• _Activity_:
Check every line of the data below for "IFCDIRECTION". Copy each one that has it.

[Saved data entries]
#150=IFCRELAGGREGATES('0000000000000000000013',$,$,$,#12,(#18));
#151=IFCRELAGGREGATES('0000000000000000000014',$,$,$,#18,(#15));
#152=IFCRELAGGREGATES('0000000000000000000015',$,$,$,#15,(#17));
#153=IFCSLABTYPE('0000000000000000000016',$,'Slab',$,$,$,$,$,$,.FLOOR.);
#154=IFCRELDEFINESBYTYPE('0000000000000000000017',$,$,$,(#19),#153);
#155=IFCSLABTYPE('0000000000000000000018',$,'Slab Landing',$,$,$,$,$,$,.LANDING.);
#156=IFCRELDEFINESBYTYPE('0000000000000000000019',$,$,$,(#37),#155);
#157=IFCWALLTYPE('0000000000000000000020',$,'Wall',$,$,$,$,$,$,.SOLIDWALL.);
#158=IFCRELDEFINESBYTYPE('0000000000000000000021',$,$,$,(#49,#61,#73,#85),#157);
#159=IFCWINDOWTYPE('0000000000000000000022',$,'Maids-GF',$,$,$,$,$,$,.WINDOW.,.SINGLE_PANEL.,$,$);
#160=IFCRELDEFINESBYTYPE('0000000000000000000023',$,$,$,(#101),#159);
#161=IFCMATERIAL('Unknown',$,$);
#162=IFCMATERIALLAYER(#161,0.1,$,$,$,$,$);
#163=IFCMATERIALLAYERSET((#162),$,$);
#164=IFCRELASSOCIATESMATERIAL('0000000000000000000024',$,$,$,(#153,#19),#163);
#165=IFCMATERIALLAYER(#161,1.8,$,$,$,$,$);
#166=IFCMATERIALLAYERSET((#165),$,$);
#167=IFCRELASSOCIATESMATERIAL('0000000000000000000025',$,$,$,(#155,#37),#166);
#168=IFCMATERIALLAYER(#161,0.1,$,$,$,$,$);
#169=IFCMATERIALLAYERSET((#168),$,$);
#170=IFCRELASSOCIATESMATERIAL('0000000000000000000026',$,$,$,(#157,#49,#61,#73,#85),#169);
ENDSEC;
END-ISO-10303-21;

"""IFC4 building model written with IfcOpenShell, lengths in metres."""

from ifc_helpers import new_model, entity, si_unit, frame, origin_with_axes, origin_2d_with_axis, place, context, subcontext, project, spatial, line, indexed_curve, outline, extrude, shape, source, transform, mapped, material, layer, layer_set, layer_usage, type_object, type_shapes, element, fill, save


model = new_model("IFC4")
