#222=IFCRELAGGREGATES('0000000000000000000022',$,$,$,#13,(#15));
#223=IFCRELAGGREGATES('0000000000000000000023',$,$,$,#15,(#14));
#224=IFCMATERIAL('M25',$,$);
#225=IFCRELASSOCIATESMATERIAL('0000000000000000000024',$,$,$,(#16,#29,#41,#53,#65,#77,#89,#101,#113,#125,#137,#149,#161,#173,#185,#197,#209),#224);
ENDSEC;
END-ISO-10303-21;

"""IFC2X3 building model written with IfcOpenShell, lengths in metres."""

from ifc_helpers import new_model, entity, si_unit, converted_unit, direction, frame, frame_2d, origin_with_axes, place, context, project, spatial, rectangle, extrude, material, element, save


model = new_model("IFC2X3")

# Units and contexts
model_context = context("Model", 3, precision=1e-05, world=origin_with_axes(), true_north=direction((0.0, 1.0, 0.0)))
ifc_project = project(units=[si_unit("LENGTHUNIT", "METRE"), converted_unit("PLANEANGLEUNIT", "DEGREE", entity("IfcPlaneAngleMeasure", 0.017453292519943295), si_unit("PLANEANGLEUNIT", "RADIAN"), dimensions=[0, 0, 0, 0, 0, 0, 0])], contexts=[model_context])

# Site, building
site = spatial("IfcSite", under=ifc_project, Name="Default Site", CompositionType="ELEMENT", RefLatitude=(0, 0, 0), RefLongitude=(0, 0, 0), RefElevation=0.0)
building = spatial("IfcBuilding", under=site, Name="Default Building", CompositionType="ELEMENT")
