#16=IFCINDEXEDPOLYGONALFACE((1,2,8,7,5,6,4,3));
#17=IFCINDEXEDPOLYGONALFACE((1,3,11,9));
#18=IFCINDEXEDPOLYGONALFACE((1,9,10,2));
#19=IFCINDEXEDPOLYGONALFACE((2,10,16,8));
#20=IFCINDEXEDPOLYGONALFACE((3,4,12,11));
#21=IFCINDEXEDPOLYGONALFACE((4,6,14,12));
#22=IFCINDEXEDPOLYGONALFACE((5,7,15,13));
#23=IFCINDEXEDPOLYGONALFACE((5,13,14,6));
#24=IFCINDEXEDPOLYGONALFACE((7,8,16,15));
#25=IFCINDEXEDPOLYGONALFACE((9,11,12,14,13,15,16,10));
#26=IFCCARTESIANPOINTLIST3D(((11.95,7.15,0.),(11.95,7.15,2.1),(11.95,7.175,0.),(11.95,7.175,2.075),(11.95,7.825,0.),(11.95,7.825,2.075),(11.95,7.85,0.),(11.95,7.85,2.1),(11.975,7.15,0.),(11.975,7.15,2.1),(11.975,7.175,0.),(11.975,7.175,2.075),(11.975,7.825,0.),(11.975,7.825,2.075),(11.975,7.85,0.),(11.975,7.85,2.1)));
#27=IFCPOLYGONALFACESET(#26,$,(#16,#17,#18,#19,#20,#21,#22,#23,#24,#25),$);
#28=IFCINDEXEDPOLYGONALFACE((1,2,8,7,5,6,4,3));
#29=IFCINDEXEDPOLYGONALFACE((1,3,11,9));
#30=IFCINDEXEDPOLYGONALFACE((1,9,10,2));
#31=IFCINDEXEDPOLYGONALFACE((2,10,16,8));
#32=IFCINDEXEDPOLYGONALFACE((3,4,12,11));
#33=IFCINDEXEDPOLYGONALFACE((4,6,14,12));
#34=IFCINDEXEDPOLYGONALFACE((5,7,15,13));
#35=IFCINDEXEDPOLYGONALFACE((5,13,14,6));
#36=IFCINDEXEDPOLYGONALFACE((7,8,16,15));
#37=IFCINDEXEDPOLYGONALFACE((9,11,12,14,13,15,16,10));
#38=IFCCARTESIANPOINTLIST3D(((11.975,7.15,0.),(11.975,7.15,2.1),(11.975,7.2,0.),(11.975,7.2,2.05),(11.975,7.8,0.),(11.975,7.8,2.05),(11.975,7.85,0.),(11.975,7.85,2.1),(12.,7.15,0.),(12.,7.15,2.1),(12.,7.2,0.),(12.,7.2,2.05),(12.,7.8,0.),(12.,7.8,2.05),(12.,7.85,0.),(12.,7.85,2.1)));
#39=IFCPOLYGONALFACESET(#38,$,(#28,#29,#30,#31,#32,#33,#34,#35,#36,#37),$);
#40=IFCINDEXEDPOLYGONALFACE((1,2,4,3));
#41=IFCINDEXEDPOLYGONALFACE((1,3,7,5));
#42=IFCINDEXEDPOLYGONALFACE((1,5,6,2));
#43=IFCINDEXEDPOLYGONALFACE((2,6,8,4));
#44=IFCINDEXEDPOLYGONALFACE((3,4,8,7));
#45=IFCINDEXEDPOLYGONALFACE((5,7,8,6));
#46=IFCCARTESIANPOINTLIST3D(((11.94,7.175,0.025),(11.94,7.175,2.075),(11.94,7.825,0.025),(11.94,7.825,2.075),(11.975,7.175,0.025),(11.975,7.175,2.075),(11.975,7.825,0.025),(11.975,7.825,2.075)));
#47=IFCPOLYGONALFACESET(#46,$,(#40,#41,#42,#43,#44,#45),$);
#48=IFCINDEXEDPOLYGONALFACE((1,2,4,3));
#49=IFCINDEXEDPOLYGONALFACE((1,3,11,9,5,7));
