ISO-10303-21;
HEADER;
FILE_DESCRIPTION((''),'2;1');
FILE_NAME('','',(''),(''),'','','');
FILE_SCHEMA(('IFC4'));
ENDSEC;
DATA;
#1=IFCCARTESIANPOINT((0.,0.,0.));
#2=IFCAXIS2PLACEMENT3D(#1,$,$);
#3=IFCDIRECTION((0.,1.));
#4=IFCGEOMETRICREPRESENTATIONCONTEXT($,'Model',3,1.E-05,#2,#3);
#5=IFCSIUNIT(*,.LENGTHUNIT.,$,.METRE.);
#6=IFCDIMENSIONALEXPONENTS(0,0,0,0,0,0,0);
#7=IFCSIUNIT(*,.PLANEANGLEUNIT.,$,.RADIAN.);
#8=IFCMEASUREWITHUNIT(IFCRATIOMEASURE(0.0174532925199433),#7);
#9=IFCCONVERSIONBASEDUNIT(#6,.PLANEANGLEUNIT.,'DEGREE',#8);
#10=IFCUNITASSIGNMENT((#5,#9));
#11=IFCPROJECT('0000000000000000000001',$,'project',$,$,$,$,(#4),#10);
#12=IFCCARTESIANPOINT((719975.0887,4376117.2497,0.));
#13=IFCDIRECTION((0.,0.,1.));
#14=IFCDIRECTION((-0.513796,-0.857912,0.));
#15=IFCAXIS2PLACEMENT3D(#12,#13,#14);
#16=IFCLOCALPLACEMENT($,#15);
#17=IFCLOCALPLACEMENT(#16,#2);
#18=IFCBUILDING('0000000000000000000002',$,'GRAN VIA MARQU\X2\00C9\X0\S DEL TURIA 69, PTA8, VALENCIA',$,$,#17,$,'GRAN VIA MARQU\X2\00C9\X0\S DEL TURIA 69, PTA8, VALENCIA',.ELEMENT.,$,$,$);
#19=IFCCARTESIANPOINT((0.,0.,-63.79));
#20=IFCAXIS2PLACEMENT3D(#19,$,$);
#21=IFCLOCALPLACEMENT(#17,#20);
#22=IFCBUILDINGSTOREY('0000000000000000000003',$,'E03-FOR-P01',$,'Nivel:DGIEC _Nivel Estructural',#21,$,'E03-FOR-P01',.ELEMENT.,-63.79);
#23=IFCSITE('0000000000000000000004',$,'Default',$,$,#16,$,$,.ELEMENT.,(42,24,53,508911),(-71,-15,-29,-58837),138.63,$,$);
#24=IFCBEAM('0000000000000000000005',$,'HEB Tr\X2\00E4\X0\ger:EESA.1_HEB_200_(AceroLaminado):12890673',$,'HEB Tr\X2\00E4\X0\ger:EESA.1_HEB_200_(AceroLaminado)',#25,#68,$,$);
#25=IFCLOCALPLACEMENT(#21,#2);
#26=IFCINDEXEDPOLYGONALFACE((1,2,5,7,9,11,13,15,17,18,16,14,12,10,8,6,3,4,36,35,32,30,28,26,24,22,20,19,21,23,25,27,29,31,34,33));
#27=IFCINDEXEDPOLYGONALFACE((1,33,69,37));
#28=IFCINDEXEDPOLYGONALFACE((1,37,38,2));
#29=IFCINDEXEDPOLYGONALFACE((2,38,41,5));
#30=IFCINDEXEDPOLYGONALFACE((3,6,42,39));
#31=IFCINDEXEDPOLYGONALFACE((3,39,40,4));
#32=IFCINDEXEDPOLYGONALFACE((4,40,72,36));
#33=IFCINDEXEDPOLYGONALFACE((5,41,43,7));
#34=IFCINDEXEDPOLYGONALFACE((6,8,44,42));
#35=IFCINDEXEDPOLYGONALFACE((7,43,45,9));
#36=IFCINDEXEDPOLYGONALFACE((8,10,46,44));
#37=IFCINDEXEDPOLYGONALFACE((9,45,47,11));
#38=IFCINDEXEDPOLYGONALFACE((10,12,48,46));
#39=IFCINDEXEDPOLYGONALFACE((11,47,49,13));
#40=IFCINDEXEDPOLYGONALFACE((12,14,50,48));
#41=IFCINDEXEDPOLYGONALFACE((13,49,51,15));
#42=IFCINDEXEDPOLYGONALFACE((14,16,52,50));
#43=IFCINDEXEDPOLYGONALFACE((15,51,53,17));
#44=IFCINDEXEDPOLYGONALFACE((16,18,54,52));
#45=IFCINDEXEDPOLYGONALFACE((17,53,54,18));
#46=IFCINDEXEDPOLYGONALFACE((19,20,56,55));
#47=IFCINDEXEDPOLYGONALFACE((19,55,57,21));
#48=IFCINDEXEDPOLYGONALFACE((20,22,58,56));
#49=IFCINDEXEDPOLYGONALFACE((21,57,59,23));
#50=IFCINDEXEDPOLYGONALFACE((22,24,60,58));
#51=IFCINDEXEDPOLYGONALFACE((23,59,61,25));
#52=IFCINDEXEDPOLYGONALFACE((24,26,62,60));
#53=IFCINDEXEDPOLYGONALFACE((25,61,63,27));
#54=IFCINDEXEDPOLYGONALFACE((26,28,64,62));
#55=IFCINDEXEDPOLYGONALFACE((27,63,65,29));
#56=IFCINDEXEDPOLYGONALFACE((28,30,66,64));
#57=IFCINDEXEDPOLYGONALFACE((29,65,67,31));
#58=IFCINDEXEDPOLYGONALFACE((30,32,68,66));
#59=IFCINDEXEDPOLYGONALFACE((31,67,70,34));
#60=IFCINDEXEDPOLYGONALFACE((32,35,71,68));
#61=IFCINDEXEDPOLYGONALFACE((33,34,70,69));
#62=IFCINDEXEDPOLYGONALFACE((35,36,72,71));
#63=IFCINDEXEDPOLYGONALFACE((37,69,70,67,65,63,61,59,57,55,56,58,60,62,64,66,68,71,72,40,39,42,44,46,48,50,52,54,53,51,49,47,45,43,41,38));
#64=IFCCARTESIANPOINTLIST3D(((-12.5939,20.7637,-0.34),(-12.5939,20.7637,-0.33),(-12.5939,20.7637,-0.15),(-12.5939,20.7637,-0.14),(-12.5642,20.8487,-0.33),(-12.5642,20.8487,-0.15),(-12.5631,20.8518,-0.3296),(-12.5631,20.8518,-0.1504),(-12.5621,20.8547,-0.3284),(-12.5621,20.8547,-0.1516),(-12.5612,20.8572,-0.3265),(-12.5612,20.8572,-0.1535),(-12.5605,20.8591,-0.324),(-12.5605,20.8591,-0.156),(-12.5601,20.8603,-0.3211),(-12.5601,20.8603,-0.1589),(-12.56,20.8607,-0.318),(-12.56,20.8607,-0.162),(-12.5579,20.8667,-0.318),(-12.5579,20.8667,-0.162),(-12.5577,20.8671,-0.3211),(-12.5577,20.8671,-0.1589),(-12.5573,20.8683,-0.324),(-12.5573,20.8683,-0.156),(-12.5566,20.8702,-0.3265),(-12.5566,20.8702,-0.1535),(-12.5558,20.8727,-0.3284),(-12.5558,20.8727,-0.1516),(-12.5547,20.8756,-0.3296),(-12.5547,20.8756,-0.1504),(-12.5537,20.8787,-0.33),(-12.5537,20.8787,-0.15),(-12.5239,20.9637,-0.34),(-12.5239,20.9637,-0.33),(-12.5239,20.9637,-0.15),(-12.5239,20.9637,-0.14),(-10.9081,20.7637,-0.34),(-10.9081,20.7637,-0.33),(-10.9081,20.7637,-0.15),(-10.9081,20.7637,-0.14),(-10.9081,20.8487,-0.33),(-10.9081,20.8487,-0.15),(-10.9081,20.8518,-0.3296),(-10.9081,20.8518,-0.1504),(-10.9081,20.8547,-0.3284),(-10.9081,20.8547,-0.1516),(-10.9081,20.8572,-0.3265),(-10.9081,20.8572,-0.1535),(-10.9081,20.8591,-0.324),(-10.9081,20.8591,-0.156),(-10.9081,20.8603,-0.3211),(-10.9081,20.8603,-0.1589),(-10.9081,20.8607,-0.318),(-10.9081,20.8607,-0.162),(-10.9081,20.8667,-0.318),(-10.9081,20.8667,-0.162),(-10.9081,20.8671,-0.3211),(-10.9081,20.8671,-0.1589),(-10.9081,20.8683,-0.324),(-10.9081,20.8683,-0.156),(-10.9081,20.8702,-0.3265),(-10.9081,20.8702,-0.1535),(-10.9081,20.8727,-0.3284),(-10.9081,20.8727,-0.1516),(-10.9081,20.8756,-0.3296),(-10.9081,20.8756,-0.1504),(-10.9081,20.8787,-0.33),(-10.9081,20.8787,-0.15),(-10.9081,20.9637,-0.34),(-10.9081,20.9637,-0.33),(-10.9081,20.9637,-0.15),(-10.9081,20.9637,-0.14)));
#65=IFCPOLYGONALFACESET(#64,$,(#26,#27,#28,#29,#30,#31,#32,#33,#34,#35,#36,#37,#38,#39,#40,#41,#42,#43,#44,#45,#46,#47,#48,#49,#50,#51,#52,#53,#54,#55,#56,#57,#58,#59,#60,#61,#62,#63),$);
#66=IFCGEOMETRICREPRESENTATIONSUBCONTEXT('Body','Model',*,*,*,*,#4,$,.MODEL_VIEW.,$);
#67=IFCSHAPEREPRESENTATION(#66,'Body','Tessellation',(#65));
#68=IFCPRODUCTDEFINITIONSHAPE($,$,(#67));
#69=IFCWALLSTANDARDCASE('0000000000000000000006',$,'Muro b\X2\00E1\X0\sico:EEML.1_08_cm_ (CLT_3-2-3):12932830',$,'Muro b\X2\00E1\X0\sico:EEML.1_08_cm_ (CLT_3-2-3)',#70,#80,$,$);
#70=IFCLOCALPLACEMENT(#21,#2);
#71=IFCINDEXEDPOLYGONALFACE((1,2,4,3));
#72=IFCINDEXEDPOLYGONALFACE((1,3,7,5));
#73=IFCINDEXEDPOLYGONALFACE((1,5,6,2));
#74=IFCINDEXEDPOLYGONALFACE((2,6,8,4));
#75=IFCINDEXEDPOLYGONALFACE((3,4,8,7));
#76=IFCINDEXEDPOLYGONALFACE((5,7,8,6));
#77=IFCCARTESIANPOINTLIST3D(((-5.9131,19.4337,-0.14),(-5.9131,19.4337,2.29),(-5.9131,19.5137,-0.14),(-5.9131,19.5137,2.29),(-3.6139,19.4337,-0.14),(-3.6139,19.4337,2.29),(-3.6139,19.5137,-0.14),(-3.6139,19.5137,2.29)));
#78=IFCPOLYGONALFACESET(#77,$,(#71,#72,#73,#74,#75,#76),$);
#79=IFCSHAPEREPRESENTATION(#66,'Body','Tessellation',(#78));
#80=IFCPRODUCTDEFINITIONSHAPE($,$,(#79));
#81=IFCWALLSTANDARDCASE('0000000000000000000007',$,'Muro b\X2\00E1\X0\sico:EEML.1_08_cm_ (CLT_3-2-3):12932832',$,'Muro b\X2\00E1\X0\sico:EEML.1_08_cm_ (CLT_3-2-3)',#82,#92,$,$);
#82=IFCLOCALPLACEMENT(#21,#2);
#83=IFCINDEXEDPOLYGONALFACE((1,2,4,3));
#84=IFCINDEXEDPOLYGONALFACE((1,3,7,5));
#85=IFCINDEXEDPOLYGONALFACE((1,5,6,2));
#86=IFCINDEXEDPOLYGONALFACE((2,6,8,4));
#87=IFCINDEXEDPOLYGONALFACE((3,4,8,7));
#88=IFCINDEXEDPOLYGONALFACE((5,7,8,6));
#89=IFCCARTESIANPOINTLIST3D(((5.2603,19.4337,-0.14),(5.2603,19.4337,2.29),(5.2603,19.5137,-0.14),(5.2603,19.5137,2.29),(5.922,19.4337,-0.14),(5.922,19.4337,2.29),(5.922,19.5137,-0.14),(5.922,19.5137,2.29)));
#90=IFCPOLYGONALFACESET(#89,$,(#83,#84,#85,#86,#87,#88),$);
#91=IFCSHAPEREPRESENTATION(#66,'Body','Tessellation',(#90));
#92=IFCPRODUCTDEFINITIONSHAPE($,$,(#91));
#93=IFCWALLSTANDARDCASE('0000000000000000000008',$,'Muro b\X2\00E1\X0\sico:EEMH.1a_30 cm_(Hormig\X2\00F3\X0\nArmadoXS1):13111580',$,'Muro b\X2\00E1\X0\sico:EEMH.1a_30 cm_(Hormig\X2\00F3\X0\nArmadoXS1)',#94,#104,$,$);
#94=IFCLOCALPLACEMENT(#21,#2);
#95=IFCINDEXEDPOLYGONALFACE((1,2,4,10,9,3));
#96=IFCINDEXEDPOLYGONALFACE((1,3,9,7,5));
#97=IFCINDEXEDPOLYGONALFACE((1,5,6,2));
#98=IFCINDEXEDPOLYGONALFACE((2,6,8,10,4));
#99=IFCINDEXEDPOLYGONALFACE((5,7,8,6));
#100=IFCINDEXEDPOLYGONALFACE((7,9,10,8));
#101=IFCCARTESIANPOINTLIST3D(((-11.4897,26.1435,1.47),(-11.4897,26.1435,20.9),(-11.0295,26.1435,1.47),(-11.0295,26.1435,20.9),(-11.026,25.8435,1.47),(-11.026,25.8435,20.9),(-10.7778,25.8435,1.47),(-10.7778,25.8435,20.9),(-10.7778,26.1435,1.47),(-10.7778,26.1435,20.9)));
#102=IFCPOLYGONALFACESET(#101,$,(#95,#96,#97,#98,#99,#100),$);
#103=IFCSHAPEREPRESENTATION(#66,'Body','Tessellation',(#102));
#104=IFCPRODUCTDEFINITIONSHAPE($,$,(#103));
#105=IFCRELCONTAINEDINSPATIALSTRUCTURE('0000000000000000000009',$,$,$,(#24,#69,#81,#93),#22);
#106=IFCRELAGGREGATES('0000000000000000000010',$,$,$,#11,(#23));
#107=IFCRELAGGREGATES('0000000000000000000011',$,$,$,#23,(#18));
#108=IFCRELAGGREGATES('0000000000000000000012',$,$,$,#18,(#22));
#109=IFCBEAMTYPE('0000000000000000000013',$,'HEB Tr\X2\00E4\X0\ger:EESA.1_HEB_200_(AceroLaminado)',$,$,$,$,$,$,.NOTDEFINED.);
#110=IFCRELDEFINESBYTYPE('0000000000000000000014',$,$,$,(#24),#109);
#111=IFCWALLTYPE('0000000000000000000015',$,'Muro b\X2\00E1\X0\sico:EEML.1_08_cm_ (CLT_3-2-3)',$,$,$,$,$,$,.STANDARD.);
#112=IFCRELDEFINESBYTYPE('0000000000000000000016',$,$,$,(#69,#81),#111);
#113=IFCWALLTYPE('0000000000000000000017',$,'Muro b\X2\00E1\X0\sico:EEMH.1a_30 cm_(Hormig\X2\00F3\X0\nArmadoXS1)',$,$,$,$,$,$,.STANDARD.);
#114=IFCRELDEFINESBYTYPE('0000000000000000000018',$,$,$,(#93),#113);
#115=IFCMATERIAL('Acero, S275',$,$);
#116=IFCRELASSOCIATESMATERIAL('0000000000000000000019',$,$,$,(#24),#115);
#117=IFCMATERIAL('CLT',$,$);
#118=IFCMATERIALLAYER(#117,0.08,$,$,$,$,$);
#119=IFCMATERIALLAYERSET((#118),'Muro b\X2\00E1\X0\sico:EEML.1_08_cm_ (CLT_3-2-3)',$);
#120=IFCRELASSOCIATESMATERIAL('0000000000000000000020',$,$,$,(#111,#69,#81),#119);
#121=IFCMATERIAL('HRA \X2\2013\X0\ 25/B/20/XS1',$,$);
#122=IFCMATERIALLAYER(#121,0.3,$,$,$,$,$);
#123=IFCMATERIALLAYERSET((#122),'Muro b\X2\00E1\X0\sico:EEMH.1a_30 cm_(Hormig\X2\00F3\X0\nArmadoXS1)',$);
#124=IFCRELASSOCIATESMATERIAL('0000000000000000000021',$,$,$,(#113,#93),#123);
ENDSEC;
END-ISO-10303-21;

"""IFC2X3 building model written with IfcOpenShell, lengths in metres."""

from ifc_helpers import new_model, entity, si_unit, converted_unit, direction, frame, frame_2d, origin, place, context, subcontext, project, spatial, polyline, rectangle, i_section, outline, extrude, clip, halfspace, material, layer, layer_set, layer_usage, type_object, element, save


model = new_model("IFC2X3")

# Units and contexts
model_context = context("Model", 3, precision=1e-05, world=origin(), true_north=direction((0.0, 1.0)))
body_context = subcontext(model_context, "Body", "Model", "MODEL_VIEW")
ifc_project = project(units=[si_unit("LENGTHUNIT", "METRE"), converted_unit("PLANEANGLEUNIT", "DEGREE", entity("IfcRatioMeasure", 0.0174532925199433), si_unit("PLANEANGLEUNIT", "RADIAN"), dimensions=[0, 0, 0, 0, 0, 0, 0])], contexts=[model_context])

# Site, building, storey
site_placement = place(None, frame((719975.0887, 4376117.2497, 0.0), z_axis=(0.0, 0.0, 1.0), x_axis=(-0.513796, -0.857912, 0.0)))
site = spatial("IfcSite", under=ifc_project, at=site_placement, Name="Default", CompositionType="ELEMENT", RefLatitude=(42, 24, 53, 508911), RefLongitude=(-71, -15, -29, -58837), RefElevation=138.63)
building_placement = place(site_placement, origin())
building = spatial("IfcBuilding", under=site, at=building_placement, Name="GRAN VIA MARQUÉS DEL TURIA 69, PTA8, VALENCIA", LongName="GRAN VIA MARQUÉS DEL TURIA 69, PTA8, VALENCIA", CompositionType="ELEMENT")
storey_placement = place(building_placement, frame((0.0, 0.0, -63.79)))
storey = spatial("IfcBuildingStorey", under=building, at=storey_placement, Name="E03-FOR-P01", ObjectType="Nivel:DGIEC _Nivel Estructural", LongName="E03-FOR-P01", CompositionType="ELEMENT", Elevation=-63.79)

# Shared definitions
ifc_material_1 = material(Name="Acero, S275")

• _Exercise answer_:
#3=IFCDIRECTION((0.,1.));
#13=IFCDIRECTION((0.,0.,1.));
#14=IFCDIRECTION((-0.513796,-0.857912,0.));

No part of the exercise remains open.